Declaring that the apex court can dispense with the waiting period where the couples have already moved the family courts for divorce, the bench said that the Supreme Court can invoke its powers under Article 142 “to dissolve marriage on settlement by passing a decree of divorce by mutual consent, as well as quash and set aside other proceedings, including criminal proceedings”. It pointed out that the time gap is meant to enable the parties to mull over their decision to separate and not to stretch the already disintegrated marriage.

While the Supreme Court can dissolve a marriage even in cases where one of the spouses is not agreeable to divorce, the Constitution bench clarified that a party cannot approach a high court or the Supreme Court directly for divorce and that he or she must approach the family courts first.

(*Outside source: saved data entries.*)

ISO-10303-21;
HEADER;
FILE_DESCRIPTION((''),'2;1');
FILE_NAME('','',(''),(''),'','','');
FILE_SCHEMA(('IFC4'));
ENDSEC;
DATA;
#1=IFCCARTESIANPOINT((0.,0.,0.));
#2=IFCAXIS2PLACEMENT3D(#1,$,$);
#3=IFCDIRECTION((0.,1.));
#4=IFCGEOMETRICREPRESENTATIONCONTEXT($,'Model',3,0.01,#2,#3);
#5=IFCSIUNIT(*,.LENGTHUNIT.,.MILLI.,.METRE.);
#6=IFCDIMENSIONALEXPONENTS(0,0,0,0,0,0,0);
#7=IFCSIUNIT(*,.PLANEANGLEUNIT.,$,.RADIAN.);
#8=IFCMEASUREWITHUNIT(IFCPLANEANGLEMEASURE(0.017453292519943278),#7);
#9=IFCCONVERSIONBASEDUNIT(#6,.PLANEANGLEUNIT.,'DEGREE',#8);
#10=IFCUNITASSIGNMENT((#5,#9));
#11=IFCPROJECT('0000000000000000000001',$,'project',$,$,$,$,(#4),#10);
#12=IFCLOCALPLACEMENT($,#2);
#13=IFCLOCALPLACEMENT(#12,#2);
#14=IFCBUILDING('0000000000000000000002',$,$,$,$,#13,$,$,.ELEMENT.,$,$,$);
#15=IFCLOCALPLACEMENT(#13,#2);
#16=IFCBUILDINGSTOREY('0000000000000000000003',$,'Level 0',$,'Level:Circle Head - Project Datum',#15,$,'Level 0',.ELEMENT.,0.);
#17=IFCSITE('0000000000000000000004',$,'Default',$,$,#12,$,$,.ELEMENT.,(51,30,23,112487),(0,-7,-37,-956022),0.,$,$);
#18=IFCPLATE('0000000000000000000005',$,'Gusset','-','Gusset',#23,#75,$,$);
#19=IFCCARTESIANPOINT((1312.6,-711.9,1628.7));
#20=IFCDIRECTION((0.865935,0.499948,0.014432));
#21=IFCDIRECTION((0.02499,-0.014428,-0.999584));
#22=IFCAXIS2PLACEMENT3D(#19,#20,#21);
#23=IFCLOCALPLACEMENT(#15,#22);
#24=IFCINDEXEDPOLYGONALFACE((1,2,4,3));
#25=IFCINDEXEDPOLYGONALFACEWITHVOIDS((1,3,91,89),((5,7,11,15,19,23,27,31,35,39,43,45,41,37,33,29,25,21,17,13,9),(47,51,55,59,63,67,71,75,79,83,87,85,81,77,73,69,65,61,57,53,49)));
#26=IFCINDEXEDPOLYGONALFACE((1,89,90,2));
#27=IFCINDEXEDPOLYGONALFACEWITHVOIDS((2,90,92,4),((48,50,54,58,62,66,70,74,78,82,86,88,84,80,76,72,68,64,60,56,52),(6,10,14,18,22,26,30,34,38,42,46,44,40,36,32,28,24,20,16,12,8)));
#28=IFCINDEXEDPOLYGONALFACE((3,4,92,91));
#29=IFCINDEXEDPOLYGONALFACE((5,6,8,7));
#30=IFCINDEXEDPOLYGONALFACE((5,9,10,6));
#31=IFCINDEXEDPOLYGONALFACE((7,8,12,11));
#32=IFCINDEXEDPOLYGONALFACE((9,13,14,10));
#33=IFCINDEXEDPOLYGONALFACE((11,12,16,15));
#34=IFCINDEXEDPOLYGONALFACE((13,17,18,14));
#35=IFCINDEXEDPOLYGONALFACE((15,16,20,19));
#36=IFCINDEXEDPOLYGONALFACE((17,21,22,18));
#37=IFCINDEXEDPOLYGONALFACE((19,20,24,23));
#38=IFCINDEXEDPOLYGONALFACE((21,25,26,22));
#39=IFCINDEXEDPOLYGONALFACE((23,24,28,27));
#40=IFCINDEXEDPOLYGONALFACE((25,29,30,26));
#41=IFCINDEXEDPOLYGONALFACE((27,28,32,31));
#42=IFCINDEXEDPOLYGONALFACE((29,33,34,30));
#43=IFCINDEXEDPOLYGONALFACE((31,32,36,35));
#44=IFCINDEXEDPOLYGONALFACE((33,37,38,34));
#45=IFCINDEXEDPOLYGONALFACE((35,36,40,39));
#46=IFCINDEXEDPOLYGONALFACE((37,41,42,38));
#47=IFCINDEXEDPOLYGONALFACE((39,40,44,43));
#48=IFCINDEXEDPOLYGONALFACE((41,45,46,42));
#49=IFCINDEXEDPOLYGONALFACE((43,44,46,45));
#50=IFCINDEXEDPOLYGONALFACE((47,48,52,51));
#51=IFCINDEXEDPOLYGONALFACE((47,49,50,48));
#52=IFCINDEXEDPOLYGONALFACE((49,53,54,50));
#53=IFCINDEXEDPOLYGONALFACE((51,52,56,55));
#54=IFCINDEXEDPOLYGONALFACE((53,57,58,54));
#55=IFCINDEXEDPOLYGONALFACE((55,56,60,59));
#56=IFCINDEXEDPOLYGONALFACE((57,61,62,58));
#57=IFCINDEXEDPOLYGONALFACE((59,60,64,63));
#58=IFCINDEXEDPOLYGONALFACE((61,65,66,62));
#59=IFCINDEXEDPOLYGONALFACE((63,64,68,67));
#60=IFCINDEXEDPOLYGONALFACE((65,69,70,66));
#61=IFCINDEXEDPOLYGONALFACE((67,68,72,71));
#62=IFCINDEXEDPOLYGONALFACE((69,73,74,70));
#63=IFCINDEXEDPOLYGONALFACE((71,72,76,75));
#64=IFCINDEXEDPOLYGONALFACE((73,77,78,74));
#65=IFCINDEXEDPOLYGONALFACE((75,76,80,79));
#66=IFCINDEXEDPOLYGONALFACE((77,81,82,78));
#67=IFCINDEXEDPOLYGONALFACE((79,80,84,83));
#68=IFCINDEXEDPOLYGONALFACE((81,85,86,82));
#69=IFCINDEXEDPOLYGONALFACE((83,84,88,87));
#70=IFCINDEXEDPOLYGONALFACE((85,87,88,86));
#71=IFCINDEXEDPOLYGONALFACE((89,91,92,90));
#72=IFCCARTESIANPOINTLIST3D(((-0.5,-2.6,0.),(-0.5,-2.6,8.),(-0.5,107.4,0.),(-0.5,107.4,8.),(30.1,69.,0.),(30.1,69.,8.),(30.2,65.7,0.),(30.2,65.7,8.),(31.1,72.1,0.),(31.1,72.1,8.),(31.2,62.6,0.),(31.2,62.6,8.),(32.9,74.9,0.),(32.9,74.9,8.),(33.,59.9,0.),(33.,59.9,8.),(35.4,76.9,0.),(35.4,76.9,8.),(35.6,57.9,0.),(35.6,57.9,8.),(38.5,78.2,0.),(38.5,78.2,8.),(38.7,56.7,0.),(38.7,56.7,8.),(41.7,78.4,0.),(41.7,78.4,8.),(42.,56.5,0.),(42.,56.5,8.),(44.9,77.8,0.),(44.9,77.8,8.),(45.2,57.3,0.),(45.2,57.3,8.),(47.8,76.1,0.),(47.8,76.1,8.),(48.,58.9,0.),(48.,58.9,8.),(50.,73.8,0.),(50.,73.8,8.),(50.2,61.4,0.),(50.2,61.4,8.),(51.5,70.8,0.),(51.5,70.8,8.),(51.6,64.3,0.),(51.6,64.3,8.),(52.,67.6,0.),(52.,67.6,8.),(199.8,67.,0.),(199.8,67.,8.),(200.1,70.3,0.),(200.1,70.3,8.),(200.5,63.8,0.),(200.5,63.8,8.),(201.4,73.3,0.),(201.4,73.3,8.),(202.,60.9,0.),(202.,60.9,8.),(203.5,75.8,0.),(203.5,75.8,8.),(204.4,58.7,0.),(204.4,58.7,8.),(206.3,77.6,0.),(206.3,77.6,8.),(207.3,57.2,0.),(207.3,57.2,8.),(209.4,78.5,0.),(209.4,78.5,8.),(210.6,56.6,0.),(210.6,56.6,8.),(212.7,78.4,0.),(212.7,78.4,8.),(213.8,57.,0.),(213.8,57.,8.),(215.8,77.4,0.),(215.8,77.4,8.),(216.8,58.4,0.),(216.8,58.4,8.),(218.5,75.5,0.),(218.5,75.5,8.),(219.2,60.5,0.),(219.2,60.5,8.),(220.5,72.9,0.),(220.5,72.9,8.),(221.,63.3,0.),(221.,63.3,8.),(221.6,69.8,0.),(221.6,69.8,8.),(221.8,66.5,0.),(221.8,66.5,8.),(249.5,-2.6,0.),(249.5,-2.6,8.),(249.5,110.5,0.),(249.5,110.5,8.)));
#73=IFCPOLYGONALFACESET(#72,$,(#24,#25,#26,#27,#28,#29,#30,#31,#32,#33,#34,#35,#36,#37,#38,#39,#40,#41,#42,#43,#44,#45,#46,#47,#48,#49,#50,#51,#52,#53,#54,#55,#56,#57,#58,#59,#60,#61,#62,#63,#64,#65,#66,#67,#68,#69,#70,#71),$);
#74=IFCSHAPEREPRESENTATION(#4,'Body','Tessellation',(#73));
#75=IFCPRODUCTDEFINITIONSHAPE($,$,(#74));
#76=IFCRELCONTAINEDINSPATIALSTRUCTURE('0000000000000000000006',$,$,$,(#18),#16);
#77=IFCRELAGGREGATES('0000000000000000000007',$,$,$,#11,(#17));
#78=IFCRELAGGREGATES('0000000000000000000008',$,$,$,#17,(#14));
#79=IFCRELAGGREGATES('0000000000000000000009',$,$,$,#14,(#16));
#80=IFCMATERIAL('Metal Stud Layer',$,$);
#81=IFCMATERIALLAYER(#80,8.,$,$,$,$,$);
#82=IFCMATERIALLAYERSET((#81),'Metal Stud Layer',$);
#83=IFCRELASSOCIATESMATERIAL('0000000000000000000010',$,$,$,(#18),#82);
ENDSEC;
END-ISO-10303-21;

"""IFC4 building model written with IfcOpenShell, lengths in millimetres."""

from ifc_helpers import new_model, entity, si_unit, converted_unit, direction, frame, origin, origin_with_axes, origin_2d_with_axis, place, context, project, spatial, polyline, circle, outline, extrude, material, layer, layer_set, element, save


model = new_model("IFC4")

# Units and contexts
model_context = context("Model", 3, precision=0.01, world=origin(), true_north=direction((0.0, 1.0)))
ifc_project = project(units=[si_unit("LENGTHUNIT", "METRE", prefix="MILLI"), converted_unit("PLANEANGLEUNIT", "DEGREE", entity("IfcPlaneAngleMeasure", 0.017453292519943278), si_unit("PLANEANGLEUNIT", "RADIAN"), dimensions=[0, 0, 0, 0, 0, 0, 0])], contexts=[model_context])

# Site, building, storey
site_placement = place(None, origin())
site = spatial("IfcSite", under=ifc_project, at=site_placement, Name="Default", CompositionType="ELEMENT", RefLatitude=(51, 30, 23, 112487), RefLongitude=(0, -7, -37, -956022), RefElevation=0.0)
building_placement = place(site_placement, origin())
building = spatial("IfcBuilding", under=site, at=building_placement, CompositionType="ELEMENT")
storey_placement = place(building_placement, origin())
storey = spatial("IfcBuildingStorey", under=building, at=storey_placement, Name="Level 0", ObjectType="Level:Circle Head - Project Datum", LongName="Level 0", CompositionType="ELEMENT", Elevation=0.0)

# Plate, openings
ifc_material = material(Name="Metal Stud Layer")
ifc_layer_1 = layer(ifc_material, 8.0)
ifc_layer_set_1 = layer_set([ifc_layer_1], Name="Metal Stud Layer")
plate_1_placement = place(storey_placement, frame((1312.6, -711.9, 1628.7), z_axis=(0.865935, 0.499948, 0.014432), x_axis=(0.02499, -0.014428, -0.999584)))
plate_1 = element("IfcPlate", 1, at=plate_1_placement, inside=storey, material=ifc_layer_set_1, Name="Gusset", Description="-", ObjectType="Gusset", context=model_context, shape_type="SweptSolid", body=[
    extrude(outline(polyline([(-0.5, -2.6), (249.5, -2.6), (249.5, 110.5), (-0.5, 107.4), (-0.5, -2.6)])), origin_with_axes(), (0.0, 0.0, 1.0), 8.0),
])
opening_1_placement = place(plate_1_placement, frame((41.0, 67.5, 8.5), z_axis=(0.0, 0.0, -1.0), x_axis=(-0.509338, 0.860567, 0.0)))
element("IfcOpeningElement", 2, at=opening_1_placement, cuts=plate_1, ObjectType="Opening", context=model_context, shape_type="SweptSolid", body=[
    extrude(circle(Radius=11.0, at=origin_2d_with_axis()), origin(), (0.0, 0.0, 1.0), 9.0),
])
opening_2_placement = place(plate_1_placement, frame((210.8, 67.6, 8.5), z_axis=(0.0, 0.0, -1.0), x_axis=(0.454822, 0.890582, 0.0)))
element("IfcOpeningElement", 3, at=opening_2_placement, cuts=plate_1, ObjectType="Opening", context=model_context, shape_type="SweptSolid", body=[
    extrude(circle(Radius=11.0, at=origin_2d_with_axis()), origin(), (0.0, 0.0, 1.0), 9.0),
])

save(model, "model.ifc")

In its judgment, the Constitution bench also indicated certain factors to guide the top court where the marriage can be said to be broken down without any chances of reconciliation. These included the period a couple stayed together and the subsequent period of separation; nature of allegations made by them against each other and their family members; orders passed in the legal proceedings from time to time and attempts made at reconciliation.

In June 2016, a two-judge bench referred to the larger bench of five judges the matter regarding the court’s exercise of powers under Article 142 to grant a divorce without sending the parties to a family court. Citing conflicting views taken by different benches of the top court, it also sought clarity on the broad parameters for the exercise of powers under Article 142 to dissolve a marriage between the consenting parties. The smaller bench had in 2016 appointed senior advocates Indira Jaising, Dushyant Dave, V Giri, and Meenakshi Arora as amici curiae to assist the Constitution bench. The Law Commission of India, in its reports in 1978 and 2009, had recommended adding irretrievable breakdown as an additional ground of divorce.

While settling the point of law on Monday, the five-judge bench highlighted the need of the constitutional court to move away from “fault theory” and “accusatorial principle of divorce” under Section 13 (1) of HMA, which prescribes divorce on grounds where one of the spouses can be held guilty of certain misdeeds such as cruelty, adultery or desertion. Section 13B provides for divorce through mutual consent, but both the provisions require the parties to wait for a period between 6 and 18 months.

Even two perfectly gentle and pleasant individuals having incompatible and clashing personalities can have a miserable and morose married life, said the court, adding that a fault theory that requires apportionment of guilt and blame makes it worse in such cases where the marriage is irretrievably broken down and “dead”.

“These rules of procedure must give way to ‘complete justice’ in a ‘cause or matter’. Fault theory can be diluted by this court to do ‘complete justice’ in a particular case, without breaching the self-imposed restraint applicable when this court exercises power under Article 142(1) of the Constitution of India,” said the bench, underlining the Supreme Court’s powers do ‘complete justice’ is not fettered by the doctrine of fault and blame, applicable to petitions for divorce under Section 13(1) of HMA.

Therefore, once every effort has been made to salvage the marriage and there remains no possibility of reunion and cohabitation, the bench said, it would be in the best interest of all to give legality in the form of formal divorce to a dead marriage.

Last week, a two-judge bench in a separate judgment said that though irretrievable breakdown of marriage is not a ground for divorce, it can be construed as “cruelty” and be legally recognised as a valid ground of divorce under HMA.

“A marriage which has broken down irretrievably, in our opinion, spells cruelty to both the parties, as in such a relationship each party is treating the other with cruelty. It is, therefore, a ground for dissolution of marriage under Section 13 (1) (ia) of the Act,” said the bench of justices Sudhanshu Dhulia and JB Pardiwala said in their judgment on Wednesday last.